Aujourd'hui, la mission en Mongolie se poursuit et l'un de vos confrères, le père Giorgio Marengo, également pionnier de cette mission, est maintenant évêque dans ce pays : combien êtes-vous maintenant et comment êtes-vous structurés ?

La mission en Mongolie se déroule avec enthousiasme, il y a quatre frères et sept sœurs missionnaires répartis en deux présences, une dans la capitale, au nord de la grande banlieue urbaine, dans un quartier assez difficile à cause des problèmes sociaux et de la marginalisation, où l'on effectue un service social ; et une présence à Arvaiheer, à 400 km de la capitale où l'on accompagne la petite communauté chrétienne et où l'on s'engage dans une humanisation intégrale.

En 2014, les premiers pas ont été faits en matière de dialogue interreligieux à Kharkhorin, ancienne capitale de l'immense empire mongol, berceau du bouddhisme local et lieu symbolique de l'histoire de ce Pays.

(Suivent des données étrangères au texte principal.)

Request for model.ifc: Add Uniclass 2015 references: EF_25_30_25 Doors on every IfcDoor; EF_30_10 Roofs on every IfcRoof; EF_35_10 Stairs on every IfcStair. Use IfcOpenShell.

First a look at what the model holds.

```python
import ifcopenshell

model = ifcopenshell.open("model.ifc")
print(model.schema)
print("classifications:", [c.Name for c in model.by_type("IfcClassification")])
for ifc_class in ("IfcDoor", "IfcRoof", "IfcStair", "IfcWall", "IfcWindow"):
    print(ifc_class, len(model.by_type(ifc_class)))
```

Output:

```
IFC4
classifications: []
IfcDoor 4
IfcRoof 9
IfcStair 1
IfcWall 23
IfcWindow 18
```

```python
import ifcopenshell
import ifcopenshell.api.classification

model = ifcopenshell.open("model.ifc")

system = ifcopenshell.api.classification.add_classification(model, classification="Uniclass 2015")

codes = {
    "IfcDoor": ("EF_25_30_25", "Doors"),
    "IfcRoof": ("EF_30_10", "Roofs"),
    "IfcStair": ("EF_35_10", "Stairs"),
}
for ifc_class, (code, name) in codes.items():
    products = model.by_type(ifc_class)
    ifcopenshell.api.classification.add_reference(
        model, products=products, classification=system, identification=code, name=name
    )
    print(code, len(products))

model.write("model_rev.ifc")
```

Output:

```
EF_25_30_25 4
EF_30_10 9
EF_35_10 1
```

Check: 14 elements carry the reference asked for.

Ici, des relations d'amitié et de collaboration se tissent avec les autorités locales. Ces contacts ont ouvert les portes à une présence très réduite et discrète, axée sur le dialogue et la recherche ; aujourd'hui, la « Maison de l'amitié » est un petit centre de rencontre et d'échange, où il n'y a pas encore de communauté stable, mais qui nous permet de suivre diverses initiatives venant de la toute proche Arvaiheer.

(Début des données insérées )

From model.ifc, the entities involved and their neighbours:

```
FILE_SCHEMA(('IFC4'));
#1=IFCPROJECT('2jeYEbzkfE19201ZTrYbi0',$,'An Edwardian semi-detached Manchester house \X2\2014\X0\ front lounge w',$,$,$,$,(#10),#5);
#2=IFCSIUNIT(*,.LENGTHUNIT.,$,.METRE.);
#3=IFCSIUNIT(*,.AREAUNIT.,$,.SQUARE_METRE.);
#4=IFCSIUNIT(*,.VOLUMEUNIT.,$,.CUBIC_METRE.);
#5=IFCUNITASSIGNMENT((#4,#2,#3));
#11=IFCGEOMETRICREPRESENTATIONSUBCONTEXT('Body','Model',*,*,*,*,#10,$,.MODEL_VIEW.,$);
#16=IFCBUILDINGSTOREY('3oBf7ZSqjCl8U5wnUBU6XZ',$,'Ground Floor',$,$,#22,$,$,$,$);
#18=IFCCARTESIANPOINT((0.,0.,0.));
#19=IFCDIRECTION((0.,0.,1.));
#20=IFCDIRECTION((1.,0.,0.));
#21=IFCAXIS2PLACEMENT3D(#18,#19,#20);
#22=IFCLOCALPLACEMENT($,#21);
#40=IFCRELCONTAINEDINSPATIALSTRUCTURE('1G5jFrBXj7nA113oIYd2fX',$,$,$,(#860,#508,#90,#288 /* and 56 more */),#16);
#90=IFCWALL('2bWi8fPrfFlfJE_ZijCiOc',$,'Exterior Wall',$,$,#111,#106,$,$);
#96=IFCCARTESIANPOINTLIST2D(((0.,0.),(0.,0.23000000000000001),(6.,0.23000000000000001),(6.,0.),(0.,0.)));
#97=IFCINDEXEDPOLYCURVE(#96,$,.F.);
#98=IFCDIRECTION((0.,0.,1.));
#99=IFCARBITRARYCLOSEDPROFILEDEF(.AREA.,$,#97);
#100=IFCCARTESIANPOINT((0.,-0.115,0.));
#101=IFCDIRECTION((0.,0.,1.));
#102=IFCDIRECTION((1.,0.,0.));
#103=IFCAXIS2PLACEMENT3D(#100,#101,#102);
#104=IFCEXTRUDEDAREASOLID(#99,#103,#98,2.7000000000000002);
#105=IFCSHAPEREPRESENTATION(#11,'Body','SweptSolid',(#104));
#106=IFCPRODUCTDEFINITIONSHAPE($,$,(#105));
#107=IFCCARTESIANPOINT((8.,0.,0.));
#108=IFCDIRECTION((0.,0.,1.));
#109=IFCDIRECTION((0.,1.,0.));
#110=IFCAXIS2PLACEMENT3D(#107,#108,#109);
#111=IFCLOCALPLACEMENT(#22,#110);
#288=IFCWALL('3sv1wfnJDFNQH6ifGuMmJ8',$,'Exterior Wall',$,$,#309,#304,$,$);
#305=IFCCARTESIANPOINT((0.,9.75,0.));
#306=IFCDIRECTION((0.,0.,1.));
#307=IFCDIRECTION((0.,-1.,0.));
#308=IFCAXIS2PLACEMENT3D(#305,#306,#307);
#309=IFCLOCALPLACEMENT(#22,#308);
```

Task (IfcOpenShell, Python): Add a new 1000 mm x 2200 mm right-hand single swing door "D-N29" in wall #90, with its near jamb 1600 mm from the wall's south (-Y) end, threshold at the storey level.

```python
import numpy as np
import ifcopenshell
import ifcopenshell.api.feature
import ifcopenshell.api.geometry
import ifcopenshell.api.root
import ifcopenshell.api.spatial
import ifcopenshell.geom
import ifcopenshell.util.element
import ifcopenshell.util.placement
import ifcopenshell.util.representation
import ifcopenshell.util.shape
import ifcopenshell.util.unit

model = ifcopenshell.open("model.ifc")
unit_scale = ifcopenshell.util.unit.calculate_unit_scale(model)
settings = ifcopenshell.geom.settings()


def volume(element):
    """Net volume in cubic metres, openings subtracted."""
    shape = ifcopenshell.geom.create_shape(settings, element)
    return ifcopenshell.util.shape.get_volume(shape.geometry)


wall = model.by_guid("2bWi8fPrfFlfJE_ZijCiOc")
storey = ifcopenshell.util.element.get_container(wall, ifc_class="IfcBuildingStorey")
context = ifcopenshell.util.representation.get_context(model, "Model", "Body", "MODEL_VIEW")
before = volume(wall)

width, height, from_end, sill = 1, 2.2, 1.6, 0.0  # metres

# The wall runs along its own X axis, and the end named is its -X end.
wall_shape = ifcopenshell.geom.create_shape(settings, wall)
x, y, z = ifcopenshell.util.shape.get_vertices(wall_shape.geometry).T
start = x.min() + from_end
face, thickness = float(y.min()), float(y.max() - y.min())
wall_matrix = ifcopenshell.util.placement.get_local_placement(wall.ObjectPlacement)
level = ifcopenshell.util.placement.get_local_placement(storey.ObjectPlacement)[2, 3]


def in_wall(x, y):
    """Placement at x, y metres in the wall's axes, at sill height."""
    matrix = wall_matrix.copy()
    matrix[:, 3] = wall_matrix @ np.array([x / unit_scale, y / unit_scale, 0.0, 1.0])
    matrix[2, 3] = level + sill / unit_scale
    return matrix


# Opening: a box that overshoots both wall faces by 50 mm.
opening = ifcopenshell.api.root.create_entity(model, ifc_class="IfcOpeningElement", predefined_type="OPENING")
box = ifcopenshell.api.geometry.add_wall_representation(
    model, context=context, length=width, height=height, thickness=thickness + 0.1
)
ifcopenshell.api.geometry.assign_representation(model, product=opening, representation=box)
ifcopenshell.api.geometry.edit_object_placement(model, product=opening, matrix=in_wall(start, face - 0.05), is_si=False)
ifcopenshell.api.feature.add_feature(model, feature=opening, element=wall)

door = ifcopenshell.api.root.create_entity(model, ifc_class="IfcDoor", name="D-N29", predefined_type="DOOR")
door.OverallWidth, door.OverallHeight = width / unit_scale, height / unit_scale
door.OperationType = "SINGLE_SWING_RIGHT"
body = ifcopenshell.api.geometry.add_door_representation(
    model,
    context=context,
    overall_width=door.OverallWidth,
    overall_height=door.OverallHeight,
    operation_type="SINGLE_SWING_RIGHT",
    lining_properties={"LiningDepth": thickness / unit_scale, "ThresholdDepth": thickness / unit_scale},
)
ifcopenshell.api.geometry.assign_representation(model, product=door, representation=body)
ifcopenshell.api.spatial.assign_container(model, products=[door], relating_structure=storey)
ifcopenshell.api.feature.add_filling(model, opening=opening, element=door)

# The lining spans the wall, so the door starts at the wall face.
ifcopenshell.api.geometry.edit_object_placement(model, product=door, matrix=in_wall(start, face), is_si=False)

after = volume(wall)

print(f"wall volume {before:.3f} -> {after:.3f} m3")

model.write("model_edited.ifc")
```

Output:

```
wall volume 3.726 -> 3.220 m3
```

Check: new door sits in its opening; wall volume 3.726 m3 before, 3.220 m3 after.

Nous sommes honorés que le Pape ait nommé l'un d'entre nous, le Père Giorgio Marengo, à la tête de la petite Église de Mongolie et nous souhaitons de tout cœur lui faire sentir notre proximité et la certitude que nous cheminons avec lui.

Sœur Lucia, la Mongolie te manque, penses-tu y retourner tôt ou tard ?

La Mongolie me manque terriblement, vivre la mission dans cette terre au ciel bleu a été pour moi un magnifique don de Dieu, une grande richesse pour ma vie, pour laquelle je ne cesserai jamais de rendre grâce. J'espère, après ces années de service au sein de l'Institut, pouvoir revenir parmi le peuple de Mongolie, que j'aime de tout mon cœur. Et qui m'a aidée à vivre les choses essentielles de la vie et à laisser derrière moi tout ce qui n'est pas important. Un proverbe mongol le dit de manière très poétique : « les nuages passent, le ciel reste ».

Quel est, à ton avis, le défi le plus pressant pour un/une missionnaire ?

La mission que j'ai vécue en Mongolie m'a profondément marquée, elle a creusé en moi, elle a ébranlé mes certitudes humaines pour faire plus de place à l'humilité et à la Grâce. Je crois que l'un des défis les plus urgents pour un missionnaire est de laisser son cœur se transformer, de laisser tomber toutes ses certitudes et de faire de la place à Dieu pour pouvoir s'approcher des gens avec le même amour que celui avec lequel nous faisons l'expérience d'être aimés par Lui et être cette simple petite présence de consolation au milieu des peuples vers lesquels nous sommes envoyés.